Neonatal hyperoxia suppresses expression of cardiomyocyte genes in the adult lung. A: quantitative RT-PCR (qRT-PCR) was used to evaluate RNA expression in lungs of adult (PND 56) mice exposed to room air or hyperoxia as neonates. Values represent means ± SE of four mice per group with *P < 0.05 and **P < 0.01 compared with room air. B: lungs were stained for cardiac-specific isoform of troponin T (TNNT2; red) and DAPI (blue). Arrows point to gaps in TNNT2 staining. C: lungs were stained with hematoxylin and eosin. Insets are enlarged in the lower images that contain arrows pointing to the vessel wall of the pulmonary vein. B and C: scale bar = 20 μm.

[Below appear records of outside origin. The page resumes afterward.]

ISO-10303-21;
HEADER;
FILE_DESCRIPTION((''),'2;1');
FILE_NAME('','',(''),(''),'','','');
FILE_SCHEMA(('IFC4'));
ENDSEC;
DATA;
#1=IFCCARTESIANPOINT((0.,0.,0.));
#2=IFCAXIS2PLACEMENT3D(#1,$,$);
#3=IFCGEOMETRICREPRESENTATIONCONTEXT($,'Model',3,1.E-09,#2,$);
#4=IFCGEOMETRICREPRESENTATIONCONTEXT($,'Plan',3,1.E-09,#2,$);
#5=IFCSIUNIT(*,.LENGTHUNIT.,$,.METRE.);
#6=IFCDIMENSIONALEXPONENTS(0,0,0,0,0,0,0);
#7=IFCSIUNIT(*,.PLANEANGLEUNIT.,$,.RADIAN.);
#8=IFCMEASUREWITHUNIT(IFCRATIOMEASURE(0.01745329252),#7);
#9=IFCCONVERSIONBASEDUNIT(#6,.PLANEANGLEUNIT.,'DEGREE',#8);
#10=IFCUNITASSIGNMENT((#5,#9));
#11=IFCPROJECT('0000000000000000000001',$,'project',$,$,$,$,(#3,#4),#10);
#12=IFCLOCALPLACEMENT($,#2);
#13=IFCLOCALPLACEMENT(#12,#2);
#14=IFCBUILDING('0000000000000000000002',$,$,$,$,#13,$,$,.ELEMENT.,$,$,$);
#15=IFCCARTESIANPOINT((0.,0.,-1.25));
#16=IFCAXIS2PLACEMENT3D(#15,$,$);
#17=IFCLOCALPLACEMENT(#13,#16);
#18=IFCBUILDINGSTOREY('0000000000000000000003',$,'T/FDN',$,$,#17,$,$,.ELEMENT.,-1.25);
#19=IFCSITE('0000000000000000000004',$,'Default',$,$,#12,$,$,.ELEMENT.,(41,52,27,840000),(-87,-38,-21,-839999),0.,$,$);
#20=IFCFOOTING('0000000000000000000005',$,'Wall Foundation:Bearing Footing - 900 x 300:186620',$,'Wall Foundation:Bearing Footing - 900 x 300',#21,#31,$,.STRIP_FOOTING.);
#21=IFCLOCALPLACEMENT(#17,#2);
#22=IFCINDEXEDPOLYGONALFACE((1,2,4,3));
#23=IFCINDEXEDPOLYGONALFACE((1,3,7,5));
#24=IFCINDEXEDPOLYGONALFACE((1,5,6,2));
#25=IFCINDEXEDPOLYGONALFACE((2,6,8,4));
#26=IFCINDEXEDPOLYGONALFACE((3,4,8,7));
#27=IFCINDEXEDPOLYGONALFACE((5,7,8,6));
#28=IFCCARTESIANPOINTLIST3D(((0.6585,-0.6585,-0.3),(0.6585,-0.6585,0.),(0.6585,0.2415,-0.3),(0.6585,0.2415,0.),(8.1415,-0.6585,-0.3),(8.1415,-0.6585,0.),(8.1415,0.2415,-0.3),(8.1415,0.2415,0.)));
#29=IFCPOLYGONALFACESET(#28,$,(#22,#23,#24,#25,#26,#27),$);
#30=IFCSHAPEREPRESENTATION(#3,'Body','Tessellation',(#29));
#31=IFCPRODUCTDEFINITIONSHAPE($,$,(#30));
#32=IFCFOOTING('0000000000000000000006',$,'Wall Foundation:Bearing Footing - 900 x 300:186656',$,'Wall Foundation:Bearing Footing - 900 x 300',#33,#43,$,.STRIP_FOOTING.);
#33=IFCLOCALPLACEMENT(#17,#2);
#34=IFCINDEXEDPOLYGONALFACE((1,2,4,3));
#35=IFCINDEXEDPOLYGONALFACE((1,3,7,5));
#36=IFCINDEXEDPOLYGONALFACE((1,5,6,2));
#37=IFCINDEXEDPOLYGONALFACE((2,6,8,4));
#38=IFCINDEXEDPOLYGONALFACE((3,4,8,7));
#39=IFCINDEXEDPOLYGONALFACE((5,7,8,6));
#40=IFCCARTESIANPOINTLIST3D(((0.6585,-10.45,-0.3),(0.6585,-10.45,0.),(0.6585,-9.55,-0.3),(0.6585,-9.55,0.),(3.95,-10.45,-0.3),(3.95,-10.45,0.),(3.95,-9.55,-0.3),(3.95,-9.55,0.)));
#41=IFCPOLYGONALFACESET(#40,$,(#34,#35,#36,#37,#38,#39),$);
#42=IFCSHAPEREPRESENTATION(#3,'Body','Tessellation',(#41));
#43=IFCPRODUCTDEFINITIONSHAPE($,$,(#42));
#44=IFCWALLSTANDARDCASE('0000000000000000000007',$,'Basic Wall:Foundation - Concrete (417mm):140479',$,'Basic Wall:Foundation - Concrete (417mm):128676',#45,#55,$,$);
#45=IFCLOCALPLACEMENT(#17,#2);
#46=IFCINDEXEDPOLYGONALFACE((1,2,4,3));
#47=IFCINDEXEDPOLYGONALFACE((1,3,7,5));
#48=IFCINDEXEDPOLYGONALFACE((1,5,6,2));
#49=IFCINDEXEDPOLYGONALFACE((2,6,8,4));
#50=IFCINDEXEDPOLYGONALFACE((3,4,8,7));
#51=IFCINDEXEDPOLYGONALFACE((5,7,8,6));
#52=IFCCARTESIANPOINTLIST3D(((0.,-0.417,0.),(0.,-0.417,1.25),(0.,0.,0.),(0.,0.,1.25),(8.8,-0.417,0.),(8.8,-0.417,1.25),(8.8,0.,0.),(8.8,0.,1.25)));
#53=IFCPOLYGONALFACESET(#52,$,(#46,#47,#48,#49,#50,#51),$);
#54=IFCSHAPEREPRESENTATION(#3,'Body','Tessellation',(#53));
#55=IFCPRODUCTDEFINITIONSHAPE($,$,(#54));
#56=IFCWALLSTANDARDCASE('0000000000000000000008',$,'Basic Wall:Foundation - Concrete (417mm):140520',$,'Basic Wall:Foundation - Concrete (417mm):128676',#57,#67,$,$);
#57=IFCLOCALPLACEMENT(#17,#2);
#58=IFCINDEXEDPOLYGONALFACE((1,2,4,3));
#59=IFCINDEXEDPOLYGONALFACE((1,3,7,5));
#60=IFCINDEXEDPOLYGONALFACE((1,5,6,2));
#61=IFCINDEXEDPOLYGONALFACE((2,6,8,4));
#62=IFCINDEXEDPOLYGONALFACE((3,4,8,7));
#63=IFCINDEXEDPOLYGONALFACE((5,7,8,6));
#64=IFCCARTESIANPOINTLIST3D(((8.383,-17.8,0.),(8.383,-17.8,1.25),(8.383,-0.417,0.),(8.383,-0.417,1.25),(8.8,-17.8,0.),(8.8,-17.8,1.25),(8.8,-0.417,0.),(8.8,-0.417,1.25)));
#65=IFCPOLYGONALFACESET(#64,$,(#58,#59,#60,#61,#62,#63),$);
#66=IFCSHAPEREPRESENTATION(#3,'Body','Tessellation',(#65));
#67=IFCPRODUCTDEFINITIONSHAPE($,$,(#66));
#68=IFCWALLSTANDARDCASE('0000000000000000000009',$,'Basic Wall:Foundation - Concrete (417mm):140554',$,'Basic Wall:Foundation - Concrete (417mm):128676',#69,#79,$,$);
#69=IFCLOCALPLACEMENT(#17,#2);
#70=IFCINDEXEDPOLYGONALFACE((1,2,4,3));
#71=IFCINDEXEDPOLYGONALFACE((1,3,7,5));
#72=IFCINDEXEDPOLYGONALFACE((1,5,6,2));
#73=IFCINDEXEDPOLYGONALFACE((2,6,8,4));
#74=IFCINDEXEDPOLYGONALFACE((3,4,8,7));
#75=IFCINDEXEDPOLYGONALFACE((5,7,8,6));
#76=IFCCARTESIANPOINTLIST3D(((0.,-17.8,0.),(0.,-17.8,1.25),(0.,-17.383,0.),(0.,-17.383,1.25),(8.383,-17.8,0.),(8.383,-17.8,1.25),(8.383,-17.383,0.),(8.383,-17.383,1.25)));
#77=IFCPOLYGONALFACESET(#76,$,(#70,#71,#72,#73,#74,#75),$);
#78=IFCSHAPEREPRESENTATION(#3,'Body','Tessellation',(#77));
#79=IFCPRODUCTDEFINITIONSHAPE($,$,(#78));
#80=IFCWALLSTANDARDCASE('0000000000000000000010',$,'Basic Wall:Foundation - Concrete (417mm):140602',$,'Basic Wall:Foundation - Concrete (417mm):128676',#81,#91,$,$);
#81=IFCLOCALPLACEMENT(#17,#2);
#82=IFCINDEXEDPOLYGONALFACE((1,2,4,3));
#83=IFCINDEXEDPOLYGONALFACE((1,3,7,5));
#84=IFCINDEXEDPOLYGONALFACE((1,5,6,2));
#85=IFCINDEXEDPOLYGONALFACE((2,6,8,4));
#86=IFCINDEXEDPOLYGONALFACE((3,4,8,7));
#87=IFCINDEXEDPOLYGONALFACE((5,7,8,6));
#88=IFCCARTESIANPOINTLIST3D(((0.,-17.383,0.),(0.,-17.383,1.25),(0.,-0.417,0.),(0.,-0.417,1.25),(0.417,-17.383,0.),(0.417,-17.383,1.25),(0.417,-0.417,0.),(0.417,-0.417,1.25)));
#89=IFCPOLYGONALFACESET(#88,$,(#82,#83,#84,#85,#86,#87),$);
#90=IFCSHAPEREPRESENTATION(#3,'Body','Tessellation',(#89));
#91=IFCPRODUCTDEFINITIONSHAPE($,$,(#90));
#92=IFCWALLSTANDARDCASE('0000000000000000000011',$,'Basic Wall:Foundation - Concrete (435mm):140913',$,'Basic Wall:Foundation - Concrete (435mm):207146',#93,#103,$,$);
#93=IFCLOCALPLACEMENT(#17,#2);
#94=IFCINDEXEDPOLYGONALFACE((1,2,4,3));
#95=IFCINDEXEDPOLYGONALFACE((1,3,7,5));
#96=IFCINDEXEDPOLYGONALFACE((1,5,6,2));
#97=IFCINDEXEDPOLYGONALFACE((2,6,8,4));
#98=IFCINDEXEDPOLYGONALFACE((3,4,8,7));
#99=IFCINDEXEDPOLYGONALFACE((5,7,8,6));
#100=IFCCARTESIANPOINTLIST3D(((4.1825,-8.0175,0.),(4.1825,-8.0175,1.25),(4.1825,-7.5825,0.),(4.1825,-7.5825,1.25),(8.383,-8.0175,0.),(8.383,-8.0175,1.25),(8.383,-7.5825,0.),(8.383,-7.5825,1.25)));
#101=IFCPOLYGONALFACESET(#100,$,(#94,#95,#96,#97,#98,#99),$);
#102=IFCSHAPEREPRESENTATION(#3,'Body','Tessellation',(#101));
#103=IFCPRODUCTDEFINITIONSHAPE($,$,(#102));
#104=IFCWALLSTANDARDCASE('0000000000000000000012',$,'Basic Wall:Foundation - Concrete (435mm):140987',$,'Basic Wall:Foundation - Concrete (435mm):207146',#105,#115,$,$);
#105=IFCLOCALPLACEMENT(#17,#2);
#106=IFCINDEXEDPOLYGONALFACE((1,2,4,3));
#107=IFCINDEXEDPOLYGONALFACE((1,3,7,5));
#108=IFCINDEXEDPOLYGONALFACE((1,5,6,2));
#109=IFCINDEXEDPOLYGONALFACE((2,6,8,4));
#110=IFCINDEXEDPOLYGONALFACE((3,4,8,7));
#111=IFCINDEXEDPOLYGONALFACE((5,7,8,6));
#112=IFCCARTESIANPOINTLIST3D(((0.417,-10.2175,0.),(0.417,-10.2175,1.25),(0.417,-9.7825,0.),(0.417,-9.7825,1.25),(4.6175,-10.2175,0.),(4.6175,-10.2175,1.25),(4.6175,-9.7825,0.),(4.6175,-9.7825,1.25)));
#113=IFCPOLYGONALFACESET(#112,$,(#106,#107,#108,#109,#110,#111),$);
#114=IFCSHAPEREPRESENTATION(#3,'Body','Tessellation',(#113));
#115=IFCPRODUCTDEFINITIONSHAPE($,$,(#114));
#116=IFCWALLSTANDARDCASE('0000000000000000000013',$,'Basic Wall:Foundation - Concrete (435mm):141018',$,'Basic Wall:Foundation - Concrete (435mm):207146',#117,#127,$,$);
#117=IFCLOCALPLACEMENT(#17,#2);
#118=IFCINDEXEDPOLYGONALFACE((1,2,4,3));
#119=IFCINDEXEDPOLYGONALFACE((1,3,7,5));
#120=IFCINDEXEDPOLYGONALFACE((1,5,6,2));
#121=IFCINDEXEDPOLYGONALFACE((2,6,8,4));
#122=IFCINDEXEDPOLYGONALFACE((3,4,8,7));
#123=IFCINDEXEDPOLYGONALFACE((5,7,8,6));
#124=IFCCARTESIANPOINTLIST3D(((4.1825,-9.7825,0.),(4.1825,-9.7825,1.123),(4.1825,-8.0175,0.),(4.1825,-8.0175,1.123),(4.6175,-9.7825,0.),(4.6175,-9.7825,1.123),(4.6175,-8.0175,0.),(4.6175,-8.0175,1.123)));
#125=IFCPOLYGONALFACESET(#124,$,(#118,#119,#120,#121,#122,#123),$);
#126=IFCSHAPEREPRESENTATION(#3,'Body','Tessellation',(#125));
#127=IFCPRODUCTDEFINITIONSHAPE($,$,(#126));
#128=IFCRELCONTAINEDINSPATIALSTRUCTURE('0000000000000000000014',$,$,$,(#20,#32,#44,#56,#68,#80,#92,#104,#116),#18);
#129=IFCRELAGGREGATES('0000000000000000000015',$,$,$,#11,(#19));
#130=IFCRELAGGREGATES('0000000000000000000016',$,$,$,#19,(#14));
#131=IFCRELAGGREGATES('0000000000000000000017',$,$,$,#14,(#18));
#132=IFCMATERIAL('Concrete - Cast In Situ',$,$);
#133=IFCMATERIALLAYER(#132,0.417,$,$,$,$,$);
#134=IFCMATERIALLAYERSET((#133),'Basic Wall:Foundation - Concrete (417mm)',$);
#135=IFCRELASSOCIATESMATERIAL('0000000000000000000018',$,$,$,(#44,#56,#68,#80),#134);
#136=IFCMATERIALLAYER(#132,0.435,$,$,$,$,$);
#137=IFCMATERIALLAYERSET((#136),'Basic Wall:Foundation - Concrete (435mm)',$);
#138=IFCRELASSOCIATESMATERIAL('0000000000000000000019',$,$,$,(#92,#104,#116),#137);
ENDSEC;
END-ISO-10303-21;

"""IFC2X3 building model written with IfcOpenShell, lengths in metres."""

from ifc_helpers import new_model, entity, si_unit, converted_unit, frame, frame_2d, origin, origin_2d_with_axis, place, context, project, spatial, rectangle, extrude, material, layer, layer_set, layer_usage, element, save


model = new_model("IFC2X3")

# Units and contexts
model_context = context("Model", 3, precision=1e-09, world=origin())
plan_context = context("Plan", 3, precision=1e-09, world=origin())
ifc_project = project(units=[si_unit("LENGTHUNIT", "METRE"), converted_unit("PLANEANGLEUNIT", "DEGREE", entity("IfcRatioMeasure", 0.01745329252), si_unit("PLANEANGLEUNIT", "RADIAN"), dimensions=[0, 0, 0, 0, 0, 0, 0])], contexts=[model_context, plan_context])

# Site, building, storey
site_placement = place(None, origin())
site = spatial("IfcSite", under=ifc_project, at=site_placement, Name="Default", CompositionType="ELEMENT", RefLatitude=(41, 52, 27, 840000), RefLongitude=(-87, -38, -21, -839999), RefElevation=0.0)
building_placement = place(site_placement, origin())
building = spatial("IfcBuilding", under=site, at=building_placement, CompositionType="ELEMENT")
storey_placement = place(building_placement, frame((0.0, 0.0, -1.25)))
storey = spatial("IfcBuildingStorey", under=building, at=storey_placement, Name="T/FDN", CompositionType="ELEMENT", Elevation=-1.25)

# Footings
footing_1_placement = place(storey_placement, origin())
element("IfcFooting", 1, at=footing_1_placement, inside=storey, Name="Wall Foundation:Bearing Footing - 900 x 300:186620", ObjectType="Wall Foundation:Bearing Footing - 900 x 300", PredefinedType="STRIP_FOOTING", context=model_context, shape_type="SweptSolid", body=[
    extrude(rectangle(XDim=7.483, YDim=0.9, at=origin_2d_with_axis()), frame((4.4, -0.2085, -0.3), z_axis=(0.0, 0.0, 1.0), x_axis=(-1.0, 0.0, 0.0)), (0.0, 0.0, 1.0), 0.3),
])
footing_2_placement = place(storey_placement, origin())
element("IfcFooting", 2, at=footing_2_placement, inside=storey, Name="Wall Foundation:Bearing Footing - 900 x 300:186656", ObjectType="Wall Foundation:Bearing Footing - 900 x 300", PredefinedType="STRIP_FOOTING", context=model_context, shape_type="SweptSolid", body=[
    extrude(rectangle(XDim=3.2915, YDim=0.9, at=origin_2d_with_axis()), frame((2.3043, -10.0, -0.3)), (0.0, 0.0, 1.0), 0.3),
])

The intact lung with heart was sectioned and stained for TNNT2 to determine whether the loss of cardiomyocytes extended outside of the lung. While the extralobular pulmonary vein near the hilum of mice exposed to room air contained a thick layer of cardiomyocytes, a partial layer that did not fully cover the circumference of the vessel was seen in mice exposed to room air (Fig. 3, A and B). These changes were less evident where the pulmonary vein attached to the left ventricle (Fig. 3, C and D). Here, a thick band of cardiomyocytes was seen wrapping the entire circumference of the pulmonary vein of mice exposed to room air or neonatal hyperoxia. However, high-power imaging of the muscle revealed it was thinner and less organized in mice exposed to neonatal hyperoxia when compared with room air (Fig. 3, E and F). Mild effects of neonatal hyperoxia were also seen in the left atria. The left atria of mice exposed to neonatal hyperoxia appeared more dilated compared with control mice (Fig. 3, G and H). Although the overall myocardial wall was intact, the myocardium of oxygen-exposed mice was thinner and more loosely organized in some areas (Fig. 3, I and J). This loss of cardiomyocytes was not evident in the right atrium or the ventricles. Instead, the right ventricles appeared slightly hypertrophic, and that was supported by a slight increase in the Fulton index (weight of the right ventricle to the left ventricle plus septum) (20). But this did not reach statistical significance until the mice were 16 wk old (data not shown) or as previously reported in 1-yr-old mice (55). Taken together, these findings suggest neonatal hyperoxia causes a graded loss of cardiomyocytes from the lung to the left atrium. These changes occurred before overt loss of pulmonary capillaries or prominent right ventricular hypertrophy.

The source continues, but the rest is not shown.